Problem requirements:
Your response should be a copy of each line in the listing below that includes the word "IFCLOCALPLACEMENT".

Extracted entries:
□ □ □
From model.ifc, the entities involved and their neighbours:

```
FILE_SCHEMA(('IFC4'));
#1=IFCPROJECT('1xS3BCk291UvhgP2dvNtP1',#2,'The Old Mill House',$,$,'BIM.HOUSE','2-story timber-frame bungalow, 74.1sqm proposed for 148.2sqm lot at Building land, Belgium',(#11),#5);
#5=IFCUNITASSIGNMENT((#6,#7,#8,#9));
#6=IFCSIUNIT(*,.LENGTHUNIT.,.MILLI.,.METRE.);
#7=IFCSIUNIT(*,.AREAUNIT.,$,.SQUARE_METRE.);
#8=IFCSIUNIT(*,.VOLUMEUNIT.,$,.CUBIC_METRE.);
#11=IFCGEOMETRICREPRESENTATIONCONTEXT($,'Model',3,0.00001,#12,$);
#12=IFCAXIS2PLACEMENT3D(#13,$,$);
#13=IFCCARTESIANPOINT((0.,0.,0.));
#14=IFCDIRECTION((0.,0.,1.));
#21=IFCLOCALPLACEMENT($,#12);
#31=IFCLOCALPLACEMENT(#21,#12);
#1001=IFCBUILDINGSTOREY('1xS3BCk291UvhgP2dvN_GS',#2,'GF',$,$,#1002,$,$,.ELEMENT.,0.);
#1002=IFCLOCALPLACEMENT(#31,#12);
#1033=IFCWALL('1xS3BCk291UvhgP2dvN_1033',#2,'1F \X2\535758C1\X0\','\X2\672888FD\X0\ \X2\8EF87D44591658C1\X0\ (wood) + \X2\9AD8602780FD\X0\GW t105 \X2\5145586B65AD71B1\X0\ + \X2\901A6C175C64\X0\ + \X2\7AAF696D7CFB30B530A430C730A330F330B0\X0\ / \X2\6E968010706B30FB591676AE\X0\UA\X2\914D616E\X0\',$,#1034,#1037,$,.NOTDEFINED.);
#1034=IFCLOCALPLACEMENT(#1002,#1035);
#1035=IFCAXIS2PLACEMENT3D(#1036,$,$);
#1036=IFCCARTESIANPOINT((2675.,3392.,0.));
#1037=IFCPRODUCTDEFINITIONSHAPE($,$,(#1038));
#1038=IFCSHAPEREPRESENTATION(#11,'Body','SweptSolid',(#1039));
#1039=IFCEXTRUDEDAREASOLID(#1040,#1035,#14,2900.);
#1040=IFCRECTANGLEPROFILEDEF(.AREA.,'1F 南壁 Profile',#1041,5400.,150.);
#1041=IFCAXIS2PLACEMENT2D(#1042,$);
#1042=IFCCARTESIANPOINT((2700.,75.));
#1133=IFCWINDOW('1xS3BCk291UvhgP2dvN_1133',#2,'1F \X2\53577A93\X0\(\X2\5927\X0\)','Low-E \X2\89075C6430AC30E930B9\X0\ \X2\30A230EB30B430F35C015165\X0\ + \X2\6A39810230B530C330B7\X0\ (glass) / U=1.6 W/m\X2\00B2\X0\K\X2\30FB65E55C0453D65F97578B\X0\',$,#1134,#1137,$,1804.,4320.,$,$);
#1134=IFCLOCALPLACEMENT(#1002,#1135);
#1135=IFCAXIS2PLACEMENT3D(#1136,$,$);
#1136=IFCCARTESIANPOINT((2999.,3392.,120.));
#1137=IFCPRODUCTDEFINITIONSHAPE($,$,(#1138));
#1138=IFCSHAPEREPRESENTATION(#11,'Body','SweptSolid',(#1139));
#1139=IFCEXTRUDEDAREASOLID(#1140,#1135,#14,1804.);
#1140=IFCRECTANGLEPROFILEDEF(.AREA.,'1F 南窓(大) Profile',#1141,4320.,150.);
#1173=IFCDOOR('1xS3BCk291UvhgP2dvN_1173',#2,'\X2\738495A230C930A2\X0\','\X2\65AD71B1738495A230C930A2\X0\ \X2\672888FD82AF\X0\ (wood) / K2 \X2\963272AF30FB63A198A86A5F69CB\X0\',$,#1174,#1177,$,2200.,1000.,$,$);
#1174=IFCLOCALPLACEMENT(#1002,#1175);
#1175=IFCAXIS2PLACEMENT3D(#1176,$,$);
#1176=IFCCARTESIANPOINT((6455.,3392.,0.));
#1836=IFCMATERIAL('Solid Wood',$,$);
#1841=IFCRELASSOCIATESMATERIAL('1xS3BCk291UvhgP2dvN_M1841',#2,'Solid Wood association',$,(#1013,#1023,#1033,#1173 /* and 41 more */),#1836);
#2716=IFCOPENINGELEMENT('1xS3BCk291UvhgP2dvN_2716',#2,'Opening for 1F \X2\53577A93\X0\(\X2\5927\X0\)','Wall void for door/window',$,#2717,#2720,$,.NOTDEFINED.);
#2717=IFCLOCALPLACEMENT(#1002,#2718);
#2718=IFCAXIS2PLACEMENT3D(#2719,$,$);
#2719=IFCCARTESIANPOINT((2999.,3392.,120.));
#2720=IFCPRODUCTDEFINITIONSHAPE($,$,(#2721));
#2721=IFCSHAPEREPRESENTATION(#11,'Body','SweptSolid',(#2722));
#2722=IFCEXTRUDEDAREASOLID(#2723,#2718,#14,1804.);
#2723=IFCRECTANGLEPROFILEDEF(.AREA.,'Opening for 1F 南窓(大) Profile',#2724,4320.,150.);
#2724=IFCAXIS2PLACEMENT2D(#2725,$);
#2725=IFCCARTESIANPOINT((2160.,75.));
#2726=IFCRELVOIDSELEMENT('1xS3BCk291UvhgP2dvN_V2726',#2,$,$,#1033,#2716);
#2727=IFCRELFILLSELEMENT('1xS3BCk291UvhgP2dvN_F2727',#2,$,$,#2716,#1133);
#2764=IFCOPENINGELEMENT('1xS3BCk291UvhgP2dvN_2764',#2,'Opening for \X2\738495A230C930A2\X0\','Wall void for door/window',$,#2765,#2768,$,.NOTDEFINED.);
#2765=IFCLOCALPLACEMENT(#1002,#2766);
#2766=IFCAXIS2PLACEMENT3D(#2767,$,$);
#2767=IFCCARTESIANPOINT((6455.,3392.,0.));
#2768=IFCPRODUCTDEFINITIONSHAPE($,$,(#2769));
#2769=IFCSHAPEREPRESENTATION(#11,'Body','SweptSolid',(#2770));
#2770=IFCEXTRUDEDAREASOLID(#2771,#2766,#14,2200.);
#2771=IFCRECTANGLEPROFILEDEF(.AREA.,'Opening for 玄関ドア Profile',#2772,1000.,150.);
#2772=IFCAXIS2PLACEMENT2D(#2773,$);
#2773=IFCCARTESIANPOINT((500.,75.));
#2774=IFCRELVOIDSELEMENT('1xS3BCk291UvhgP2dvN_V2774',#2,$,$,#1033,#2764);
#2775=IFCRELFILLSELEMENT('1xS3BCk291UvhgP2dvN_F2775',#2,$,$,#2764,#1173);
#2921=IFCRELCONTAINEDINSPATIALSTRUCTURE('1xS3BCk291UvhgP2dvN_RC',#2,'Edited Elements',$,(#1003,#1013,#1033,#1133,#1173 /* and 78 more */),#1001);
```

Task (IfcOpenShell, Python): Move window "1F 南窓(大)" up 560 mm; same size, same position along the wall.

```python
import numpy as np
import ifcopenshell
import ifcopenshell.api.geometry
import ifcopenshell.util.placement
import ifcopenshell.util.unit

model = ifcopenshell.open("model.ifc")
unit_scale = ifcopenshell.util.unit.calculate_unit_scale(model)

window = model.by_id(1133)
opening = window.FillsVoids[0].RelatingOpeningElement
dz = 0.56 / unit_scale

shift = np.array([0.0, 0.0, dz])
# The window is not placed relative to its opening, so move both.
for product in (opening, window):
    matrix = ifcopenshell.util.placement.get_local_placement(product.ObjectPlacement)
    matrix[:3, 3] += shift
    ifcopenshell.api.geometry.edit_object_placement(model, product=product, matrix=matrix, is_si=False)

print(f"moved by {dz * unit_scale:+.3f} m")

model.write("model-out.ifc")
```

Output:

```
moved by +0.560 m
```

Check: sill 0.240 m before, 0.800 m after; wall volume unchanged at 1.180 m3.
□ □ □
Response to the task:
#21=IFCLOCALPLACEMENT($,#12);
#31=IFCLOCALPLACEMENT(#21,#12);
#1002=IFCLOCALPLACEMENT(#31,#12);
#1034=IFCLOCALPLACEMENT(#1002,#1035);
#1134=IFCLOCALPLACEMENT(#1002,#1135);
#1174=IFCLOCALPLACEMENT(#1002,#1175);
#2717=IFCLOCALPLACEMENT(#1002,#2718);
#2765=IFCLOCALPLACEMENT(#1002,#2766);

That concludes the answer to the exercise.